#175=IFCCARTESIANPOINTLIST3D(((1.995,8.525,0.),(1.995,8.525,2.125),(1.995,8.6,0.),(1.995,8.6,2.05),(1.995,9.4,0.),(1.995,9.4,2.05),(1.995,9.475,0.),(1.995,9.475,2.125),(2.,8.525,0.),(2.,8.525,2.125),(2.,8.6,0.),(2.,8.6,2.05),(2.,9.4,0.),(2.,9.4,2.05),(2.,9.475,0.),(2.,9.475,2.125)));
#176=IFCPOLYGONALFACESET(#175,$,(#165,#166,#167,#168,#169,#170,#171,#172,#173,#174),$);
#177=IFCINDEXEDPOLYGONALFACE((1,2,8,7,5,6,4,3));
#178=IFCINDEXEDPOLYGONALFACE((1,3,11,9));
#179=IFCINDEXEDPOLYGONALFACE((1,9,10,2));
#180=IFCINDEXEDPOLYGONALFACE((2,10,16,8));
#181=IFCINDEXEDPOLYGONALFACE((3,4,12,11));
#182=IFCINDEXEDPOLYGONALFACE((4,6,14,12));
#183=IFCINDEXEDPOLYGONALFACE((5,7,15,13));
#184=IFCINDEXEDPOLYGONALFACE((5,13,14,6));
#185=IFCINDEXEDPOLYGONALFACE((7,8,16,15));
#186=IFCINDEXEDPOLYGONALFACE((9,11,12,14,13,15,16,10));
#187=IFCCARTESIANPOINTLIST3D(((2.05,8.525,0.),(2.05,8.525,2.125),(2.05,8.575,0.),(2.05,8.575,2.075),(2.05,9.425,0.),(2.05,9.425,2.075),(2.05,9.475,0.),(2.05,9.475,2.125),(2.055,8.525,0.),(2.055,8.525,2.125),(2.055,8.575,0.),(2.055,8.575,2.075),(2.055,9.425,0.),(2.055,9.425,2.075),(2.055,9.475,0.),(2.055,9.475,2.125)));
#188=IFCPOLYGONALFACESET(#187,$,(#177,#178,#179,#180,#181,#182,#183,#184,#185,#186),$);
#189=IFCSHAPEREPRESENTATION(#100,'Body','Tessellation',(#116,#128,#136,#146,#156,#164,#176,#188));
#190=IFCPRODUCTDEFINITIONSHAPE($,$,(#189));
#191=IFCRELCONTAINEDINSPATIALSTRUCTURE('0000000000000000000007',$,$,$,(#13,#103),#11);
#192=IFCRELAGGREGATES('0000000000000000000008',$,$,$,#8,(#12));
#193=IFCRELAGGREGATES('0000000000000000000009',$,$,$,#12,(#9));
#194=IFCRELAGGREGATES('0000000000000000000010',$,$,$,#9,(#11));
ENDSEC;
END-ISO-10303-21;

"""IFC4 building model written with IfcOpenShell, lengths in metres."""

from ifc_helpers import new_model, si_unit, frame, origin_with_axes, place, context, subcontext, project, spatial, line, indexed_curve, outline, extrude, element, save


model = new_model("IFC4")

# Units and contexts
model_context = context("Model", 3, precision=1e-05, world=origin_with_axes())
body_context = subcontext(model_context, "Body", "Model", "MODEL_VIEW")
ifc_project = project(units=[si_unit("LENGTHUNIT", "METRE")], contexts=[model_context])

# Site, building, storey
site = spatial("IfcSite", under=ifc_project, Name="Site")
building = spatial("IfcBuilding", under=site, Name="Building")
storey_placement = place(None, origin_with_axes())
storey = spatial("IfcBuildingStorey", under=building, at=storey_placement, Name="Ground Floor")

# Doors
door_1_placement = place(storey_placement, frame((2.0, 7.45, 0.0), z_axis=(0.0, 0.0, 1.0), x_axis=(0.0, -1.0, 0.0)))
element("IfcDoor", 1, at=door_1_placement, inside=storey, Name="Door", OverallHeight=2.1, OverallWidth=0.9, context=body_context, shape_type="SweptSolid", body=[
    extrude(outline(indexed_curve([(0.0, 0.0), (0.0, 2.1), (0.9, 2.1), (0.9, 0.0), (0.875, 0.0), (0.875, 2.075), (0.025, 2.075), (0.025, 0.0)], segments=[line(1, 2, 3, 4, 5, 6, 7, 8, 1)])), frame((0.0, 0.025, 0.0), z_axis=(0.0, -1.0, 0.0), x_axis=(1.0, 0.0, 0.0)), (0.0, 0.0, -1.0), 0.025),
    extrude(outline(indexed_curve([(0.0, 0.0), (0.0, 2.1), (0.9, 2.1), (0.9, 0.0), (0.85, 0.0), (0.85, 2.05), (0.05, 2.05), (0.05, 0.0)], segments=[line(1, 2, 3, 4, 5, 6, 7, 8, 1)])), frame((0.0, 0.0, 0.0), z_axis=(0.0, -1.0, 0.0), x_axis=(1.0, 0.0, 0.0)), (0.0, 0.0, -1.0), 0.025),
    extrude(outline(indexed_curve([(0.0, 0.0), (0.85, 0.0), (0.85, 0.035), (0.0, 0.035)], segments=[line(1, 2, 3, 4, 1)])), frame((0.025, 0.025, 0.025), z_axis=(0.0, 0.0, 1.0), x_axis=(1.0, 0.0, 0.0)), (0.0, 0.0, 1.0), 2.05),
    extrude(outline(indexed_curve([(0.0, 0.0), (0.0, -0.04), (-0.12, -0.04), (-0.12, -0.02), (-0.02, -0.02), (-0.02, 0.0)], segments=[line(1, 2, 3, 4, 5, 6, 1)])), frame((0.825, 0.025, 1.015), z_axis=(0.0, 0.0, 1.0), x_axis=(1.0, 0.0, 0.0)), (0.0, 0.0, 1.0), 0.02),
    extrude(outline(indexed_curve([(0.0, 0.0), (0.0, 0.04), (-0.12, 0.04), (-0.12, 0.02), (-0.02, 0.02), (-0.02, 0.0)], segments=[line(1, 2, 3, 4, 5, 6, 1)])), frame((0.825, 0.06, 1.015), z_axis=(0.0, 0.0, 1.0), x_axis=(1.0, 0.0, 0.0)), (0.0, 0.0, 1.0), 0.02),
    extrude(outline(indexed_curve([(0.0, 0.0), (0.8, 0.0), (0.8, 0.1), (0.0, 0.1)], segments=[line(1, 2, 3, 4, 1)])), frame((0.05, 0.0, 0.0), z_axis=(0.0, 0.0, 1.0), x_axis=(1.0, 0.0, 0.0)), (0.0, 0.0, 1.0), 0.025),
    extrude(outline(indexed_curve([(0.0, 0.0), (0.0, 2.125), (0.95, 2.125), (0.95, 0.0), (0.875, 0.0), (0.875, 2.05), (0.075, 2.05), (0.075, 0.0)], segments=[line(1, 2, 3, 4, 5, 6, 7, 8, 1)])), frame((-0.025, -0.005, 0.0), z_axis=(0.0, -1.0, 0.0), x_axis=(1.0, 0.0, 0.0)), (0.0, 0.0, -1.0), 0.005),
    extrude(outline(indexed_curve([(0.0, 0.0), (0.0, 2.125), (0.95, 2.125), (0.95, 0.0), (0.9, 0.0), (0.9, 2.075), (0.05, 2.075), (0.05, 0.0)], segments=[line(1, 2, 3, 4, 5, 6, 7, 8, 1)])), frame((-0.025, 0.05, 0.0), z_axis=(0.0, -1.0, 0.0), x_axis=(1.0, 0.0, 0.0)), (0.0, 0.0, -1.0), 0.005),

────────────────

#### WORK ORDER
Check each line of the data above for the string "IFCRELAGGREGATES", and copy the ones that have it.

#### RESPONSE TO THE EXERCISE
#192=IFCRELAGGREGATES('0000000000000000000008',$,$,$,#8,(#12));
#193=IFCRELAGGREGATES('0000000000000000000009',$,$,$,#12,(#9));
#194=IFCRELAGGREGATES('0000000000000000000010',$,$,$,#9,(#11));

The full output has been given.